London, April 29: The cost of defying the party line can be high, even in America, which likes to project itself as the land of the free, the Hollywood actress Susan Sarandon has revealed.

Sarandon, a long-time political activist, says that after she had spoken out against the Iraq war, death threats and attacks by the American public and the media had left her feeling “very scared”.

Her experience mirrors that of another actress, Jane Fonda, who was marginalised as “Hanoi Jane” for opposing the war in Vietnam four decades ago.

Excerpts from an interview given by Sarandon to journalist Jonathan Dimbleby on ITV, a British commercial television network, were released today, and raise fundamental questions about the limits to free speech even in a democratic country in time of war.

While her critics would probably dismiss her reaction to the war as knee jerk, Sarandon complains that the way in which she and her family had been targeted by newspapers, radio phone-ins, teachers and people on the street because of her views was “horrifying”.

In Britain, it is fair to say that a vast majority of people now think the war was a mistake. Tony Blair’s stance has been that his critics are sincere but mistaken and that, as Prime Minister, he had to take very difficult decisions. However, many British Muslims have felt that their loyalty to Queen and country was questioned when they opposed the war.

Sarandon says she was labelled a “Bin Laden lover” for asking questions about the US invasion of Iraq ? rather in the manner in which white Americans who supported the black civil rights movement in the 1960s were dubbed “nigger lovers”.

The actress argues that there should have been more debate before the war was launched, but people who questioned the government’s policy were labelled un-American, and had smears and death threats directed at them.

“I don’t think that I ever thought someone would ever really kill me, although there were some people who said: ‘I’d like someone to knock her off.’ on the radio and stuff like that. And I don’t think that I thought that I’d really never work again, but when there is nobody else, when you look out on the field and everybody is quiet and they’re all looking away and nobody’s saying anything, it’s a really scary place to be,” she says.

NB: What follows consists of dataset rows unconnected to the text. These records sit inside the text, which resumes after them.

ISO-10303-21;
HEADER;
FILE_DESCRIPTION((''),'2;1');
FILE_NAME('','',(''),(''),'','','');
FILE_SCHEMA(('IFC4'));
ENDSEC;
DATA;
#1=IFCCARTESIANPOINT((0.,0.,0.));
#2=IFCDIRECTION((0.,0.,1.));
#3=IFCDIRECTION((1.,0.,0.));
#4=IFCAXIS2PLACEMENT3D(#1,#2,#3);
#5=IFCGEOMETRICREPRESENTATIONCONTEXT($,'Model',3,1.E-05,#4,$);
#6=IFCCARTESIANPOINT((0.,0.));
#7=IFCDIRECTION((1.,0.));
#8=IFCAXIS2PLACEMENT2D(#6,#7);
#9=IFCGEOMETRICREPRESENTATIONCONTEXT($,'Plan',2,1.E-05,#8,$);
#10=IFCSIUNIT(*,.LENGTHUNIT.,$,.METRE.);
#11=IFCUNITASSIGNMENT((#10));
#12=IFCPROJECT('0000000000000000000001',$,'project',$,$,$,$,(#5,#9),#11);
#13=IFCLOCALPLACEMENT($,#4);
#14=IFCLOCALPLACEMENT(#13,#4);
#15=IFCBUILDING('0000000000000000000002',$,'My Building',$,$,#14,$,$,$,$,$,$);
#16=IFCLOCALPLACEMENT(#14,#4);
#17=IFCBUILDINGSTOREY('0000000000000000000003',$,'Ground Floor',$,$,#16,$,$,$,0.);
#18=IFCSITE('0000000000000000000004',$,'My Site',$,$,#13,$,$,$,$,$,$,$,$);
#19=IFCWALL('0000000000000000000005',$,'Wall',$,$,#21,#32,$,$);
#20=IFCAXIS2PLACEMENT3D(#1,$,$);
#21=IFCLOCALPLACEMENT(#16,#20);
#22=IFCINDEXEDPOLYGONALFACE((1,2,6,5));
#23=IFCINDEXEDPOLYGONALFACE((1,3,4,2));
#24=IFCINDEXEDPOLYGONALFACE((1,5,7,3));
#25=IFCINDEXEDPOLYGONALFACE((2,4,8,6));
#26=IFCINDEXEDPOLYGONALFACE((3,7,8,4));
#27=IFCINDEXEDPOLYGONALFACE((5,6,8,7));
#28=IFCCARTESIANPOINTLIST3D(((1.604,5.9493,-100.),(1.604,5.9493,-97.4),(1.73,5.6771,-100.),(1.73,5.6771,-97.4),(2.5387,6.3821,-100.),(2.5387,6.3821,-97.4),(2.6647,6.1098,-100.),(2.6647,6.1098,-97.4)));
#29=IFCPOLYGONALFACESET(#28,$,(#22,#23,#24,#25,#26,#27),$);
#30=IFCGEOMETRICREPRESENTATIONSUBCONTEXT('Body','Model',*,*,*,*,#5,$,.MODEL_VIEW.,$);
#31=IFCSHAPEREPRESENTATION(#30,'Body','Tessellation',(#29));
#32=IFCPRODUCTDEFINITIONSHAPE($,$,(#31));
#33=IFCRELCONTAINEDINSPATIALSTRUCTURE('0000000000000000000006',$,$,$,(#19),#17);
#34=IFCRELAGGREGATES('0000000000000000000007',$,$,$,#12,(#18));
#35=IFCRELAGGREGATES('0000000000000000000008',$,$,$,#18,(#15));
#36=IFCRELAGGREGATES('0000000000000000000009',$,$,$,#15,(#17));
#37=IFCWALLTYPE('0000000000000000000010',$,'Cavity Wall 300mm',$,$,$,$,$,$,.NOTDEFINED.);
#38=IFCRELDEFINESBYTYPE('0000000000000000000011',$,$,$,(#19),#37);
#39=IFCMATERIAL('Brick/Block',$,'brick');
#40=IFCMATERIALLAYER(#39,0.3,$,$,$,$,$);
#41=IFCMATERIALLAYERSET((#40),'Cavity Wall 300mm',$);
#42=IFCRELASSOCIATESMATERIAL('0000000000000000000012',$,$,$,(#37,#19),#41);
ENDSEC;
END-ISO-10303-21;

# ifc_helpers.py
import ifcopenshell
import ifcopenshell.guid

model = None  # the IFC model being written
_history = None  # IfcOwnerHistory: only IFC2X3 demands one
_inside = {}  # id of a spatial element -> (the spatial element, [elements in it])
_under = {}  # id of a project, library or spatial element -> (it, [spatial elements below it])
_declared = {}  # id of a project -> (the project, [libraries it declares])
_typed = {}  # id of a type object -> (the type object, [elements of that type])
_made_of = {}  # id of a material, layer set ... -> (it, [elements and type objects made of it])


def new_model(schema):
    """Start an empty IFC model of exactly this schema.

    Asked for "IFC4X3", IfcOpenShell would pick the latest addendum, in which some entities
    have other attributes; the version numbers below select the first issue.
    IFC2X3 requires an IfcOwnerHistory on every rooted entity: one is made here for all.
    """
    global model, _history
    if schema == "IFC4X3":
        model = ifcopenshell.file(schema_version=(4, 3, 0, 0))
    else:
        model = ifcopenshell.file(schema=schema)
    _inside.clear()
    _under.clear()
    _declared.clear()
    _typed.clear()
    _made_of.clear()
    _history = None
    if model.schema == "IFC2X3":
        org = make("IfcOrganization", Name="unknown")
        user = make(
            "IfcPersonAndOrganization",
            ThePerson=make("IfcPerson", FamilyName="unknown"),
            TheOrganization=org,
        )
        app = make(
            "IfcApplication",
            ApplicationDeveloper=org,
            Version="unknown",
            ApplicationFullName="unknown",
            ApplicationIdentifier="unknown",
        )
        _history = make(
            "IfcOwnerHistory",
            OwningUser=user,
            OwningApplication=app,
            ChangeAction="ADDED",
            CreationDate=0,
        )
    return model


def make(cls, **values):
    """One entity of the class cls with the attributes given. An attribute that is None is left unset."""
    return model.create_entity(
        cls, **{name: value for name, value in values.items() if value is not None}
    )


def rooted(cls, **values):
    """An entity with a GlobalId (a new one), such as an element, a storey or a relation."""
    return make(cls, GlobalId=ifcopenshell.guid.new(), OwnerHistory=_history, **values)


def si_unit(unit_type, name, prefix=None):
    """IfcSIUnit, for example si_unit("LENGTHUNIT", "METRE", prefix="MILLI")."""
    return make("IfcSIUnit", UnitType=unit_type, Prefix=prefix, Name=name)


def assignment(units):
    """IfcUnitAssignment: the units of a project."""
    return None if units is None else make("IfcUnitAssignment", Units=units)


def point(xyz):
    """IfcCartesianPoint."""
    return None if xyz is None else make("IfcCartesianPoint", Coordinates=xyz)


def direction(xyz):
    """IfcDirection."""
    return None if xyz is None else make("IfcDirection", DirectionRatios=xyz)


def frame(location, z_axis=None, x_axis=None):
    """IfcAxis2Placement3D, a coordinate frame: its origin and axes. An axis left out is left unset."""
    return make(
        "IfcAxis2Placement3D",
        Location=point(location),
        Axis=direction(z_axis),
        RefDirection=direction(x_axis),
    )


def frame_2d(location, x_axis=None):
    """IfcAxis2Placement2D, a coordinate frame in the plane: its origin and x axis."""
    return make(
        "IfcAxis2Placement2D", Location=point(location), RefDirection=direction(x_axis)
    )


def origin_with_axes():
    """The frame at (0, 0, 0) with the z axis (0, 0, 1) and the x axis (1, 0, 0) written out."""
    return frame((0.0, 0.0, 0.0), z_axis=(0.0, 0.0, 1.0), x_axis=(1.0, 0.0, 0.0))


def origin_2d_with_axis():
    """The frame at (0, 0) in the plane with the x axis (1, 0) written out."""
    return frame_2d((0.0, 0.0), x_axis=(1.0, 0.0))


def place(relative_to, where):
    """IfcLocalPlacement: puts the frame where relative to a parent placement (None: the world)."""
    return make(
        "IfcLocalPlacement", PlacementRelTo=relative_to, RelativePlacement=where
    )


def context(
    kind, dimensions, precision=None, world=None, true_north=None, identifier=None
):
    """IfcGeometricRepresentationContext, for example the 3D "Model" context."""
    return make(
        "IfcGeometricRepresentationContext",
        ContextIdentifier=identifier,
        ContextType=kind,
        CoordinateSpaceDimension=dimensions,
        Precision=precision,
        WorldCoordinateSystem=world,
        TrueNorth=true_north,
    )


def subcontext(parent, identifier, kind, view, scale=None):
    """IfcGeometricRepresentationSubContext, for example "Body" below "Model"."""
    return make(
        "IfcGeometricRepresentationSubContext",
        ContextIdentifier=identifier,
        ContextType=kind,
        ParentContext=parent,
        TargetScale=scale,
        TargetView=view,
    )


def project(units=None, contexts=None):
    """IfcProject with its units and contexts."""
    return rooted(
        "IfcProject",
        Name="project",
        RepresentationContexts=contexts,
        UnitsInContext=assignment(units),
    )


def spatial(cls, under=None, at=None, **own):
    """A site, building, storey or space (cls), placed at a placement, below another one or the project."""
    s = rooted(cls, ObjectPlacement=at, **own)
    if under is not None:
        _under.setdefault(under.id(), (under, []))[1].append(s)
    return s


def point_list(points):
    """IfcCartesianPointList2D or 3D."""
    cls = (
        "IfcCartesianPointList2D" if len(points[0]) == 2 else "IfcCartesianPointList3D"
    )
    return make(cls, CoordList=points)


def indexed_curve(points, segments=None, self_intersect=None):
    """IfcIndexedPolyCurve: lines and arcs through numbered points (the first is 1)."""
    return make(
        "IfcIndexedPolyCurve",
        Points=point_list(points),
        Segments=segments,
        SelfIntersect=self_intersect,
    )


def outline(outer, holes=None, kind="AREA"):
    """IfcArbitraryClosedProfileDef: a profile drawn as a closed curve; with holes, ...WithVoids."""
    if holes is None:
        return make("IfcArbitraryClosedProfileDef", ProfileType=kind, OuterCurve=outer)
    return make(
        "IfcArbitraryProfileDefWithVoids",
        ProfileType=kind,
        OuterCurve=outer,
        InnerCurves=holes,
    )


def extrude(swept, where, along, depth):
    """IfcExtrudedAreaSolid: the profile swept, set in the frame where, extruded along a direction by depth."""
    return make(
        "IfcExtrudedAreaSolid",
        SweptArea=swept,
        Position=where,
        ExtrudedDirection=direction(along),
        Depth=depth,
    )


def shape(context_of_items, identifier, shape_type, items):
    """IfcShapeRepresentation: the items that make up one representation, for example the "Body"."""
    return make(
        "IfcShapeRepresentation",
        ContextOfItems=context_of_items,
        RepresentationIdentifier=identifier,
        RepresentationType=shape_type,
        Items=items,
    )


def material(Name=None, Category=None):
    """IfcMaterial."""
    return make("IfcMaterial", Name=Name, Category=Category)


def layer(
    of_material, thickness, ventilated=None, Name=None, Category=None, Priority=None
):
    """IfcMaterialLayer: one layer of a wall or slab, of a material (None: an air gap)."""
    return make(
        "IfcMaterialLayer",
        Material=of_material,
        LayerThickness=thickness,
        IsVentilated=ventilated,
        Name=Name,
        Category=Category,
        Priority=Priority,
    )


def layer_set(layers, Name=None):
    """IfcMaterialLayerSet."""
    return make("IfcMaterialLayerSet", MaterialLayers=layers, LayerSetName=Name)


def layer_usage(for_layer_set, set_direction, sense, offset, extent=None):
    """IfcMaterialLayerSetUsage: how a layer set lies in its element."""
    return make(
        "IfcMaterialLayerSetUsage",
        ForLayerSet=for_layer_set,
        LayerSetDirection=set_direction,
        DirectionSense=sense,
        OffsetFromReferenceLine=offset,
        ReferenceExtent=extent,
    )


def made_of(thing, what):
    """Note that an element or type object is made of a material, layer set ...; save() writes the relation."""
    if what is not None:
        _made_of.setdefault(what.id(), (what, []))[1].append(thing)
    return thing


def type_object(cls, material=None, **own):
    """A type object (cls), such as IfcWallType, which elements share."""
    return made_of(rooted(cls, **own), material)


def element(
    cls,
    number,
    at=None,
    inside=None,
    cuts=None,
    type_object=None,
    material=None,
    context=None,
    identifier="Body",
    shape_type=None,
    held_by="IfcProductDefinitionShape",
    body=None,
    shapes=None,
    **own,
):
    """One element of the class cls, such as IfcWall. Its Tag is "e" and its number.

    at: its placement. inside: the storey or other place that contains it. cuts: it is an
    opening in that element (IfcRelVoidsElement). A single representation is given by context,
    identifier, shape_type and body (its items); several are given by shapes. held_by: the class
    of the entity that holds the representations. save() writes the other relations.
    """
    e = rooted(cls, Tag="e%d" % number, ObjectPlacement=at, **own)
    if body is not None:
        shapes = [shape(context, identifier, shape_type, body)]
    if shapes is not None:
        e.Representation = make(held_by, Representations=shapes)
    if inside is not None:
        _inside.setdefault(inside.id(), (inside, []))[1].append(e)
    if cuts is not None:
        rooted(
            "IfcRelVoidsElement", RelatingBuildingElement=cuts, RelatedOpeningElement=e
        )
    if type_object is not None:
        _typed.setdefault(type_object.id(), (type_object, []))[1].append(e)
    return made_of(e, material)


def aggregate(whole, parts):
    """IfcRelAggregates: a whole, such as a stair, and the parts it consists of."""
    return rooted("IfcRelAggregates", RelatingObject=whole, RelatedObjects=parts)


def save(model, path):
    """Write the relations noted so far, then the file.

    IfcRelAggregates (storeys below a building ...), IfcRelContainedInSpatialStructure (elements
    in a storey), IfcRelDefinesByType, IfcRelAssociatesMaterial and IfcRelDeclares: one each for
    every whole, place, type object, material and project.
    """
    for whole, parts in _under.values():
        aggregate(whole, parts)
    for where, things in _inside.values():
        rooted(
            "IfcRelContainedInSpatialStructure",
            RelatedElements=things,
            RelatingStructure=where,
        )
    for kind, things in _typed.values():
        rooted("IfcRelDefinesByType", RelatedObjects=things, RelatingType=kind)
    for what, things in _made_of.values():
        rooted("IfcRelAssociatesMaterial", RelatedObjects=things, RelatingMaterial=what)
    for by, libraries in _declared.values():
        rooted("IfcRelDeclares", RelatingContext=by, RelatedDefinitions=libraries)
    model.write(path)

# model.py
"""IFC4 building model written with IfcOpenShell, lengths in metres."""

from ifc_helpers import new_model, si_unit, frame, origin_with_axes, origin_2d_with_axis, place, context, subcontext, project, spatial, indexed_curve, outline, extrude, material, layer, layer_set, layer_usage, type_object, element, save


model = new_model("IFC4")

# Units and contexts
model_context = context("Model", 3, precision=1e-05, world=origin_with_axes())
plan_context = context("Plan", 2, precision=1e-05, world=origin_2d_with_axis())
body_context = subcontext(model_context, "Body", "Model", "MODEL_VIEW")
ifc_project = project(units=[si_unit("LENGTHUNIT", "METRE")], contexts=[model_context, plan_context])

# Site, building, storey
site_placement = place(None, origin_with_axes())
site = spatial("IfcSite", under=ifc_project, at=site_placement, Name="My Site")
building_placement = place(site_placement, origin_with_axes())
building = spatial("IfcBuilding", under=site, at=building_placement, Name="My Building")
storey_placement = place(building_placement, origin_with_axes())
storey = spatial("IfcBuildingStorey", under=building, at=storey_placement, Name="Ground Floor", Elevation=0.0)

# Wall
ifc_material = material(Name="Brick/Block", Category="brick")
ifc_layer = layer(ifc_material, 0.3)
ifc_layer_set = layer_set([ifc_layer], Name="Cavity Wall 300mm")
ifc_layer_usage = layer_usage(ifc_layer_set, "AXIS2", "POSITIVE", 0.0)
wall_type = type_object("IfcWallType", Name="Cavity Wall 300mm", PredefinedType="NOTDEFINED", material=ifc_layer_set)
wall_placement = place(storey_placement, frame((1.73, 5.6771, -100.0), z_axis=(0.0, 0.0, 1.0), x_axis=(0.907469, 0.420118, 0.0)))
element("IfcWall", 1, at=wall_placement, inside=storey, type_object=wall_type, material=ifc_layer_usage, Name="Wall", context=body_context, shape_type="SweptSolid", body=[
    extrude(outline(indexed_curve([(0.0, 0.0), (0.0, 0.3), (1.03, 0.3), (1.03, 0.0), (0.0, 0.0)], self_intersect=False)), origin_with_axes(), (0.0, 0.0, 1.0), 2.6),
])

save(model, "model.ifc")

Sarandon, who is hoping to play “Peace Mom” Cindy Sheehan in a film about a mother’s protest over her son’s death in Iraq, also criticises President Bush for hijacking the September 11 attacks to justify the war.

She also condemns the Democrats for failing to stand up to the Bush administration’s war machine.

“There was no reason for Hillary Clinton, for instance, to vote (for the war), for John Kerry to vote, they were protecting their reputations ? they didn’t want to seem un-American,” she argues. “They crumbled under the pressure of that moment and it was a very lonely, very scary time to ask a question. That’s a horrible condition to exist in a democracy.”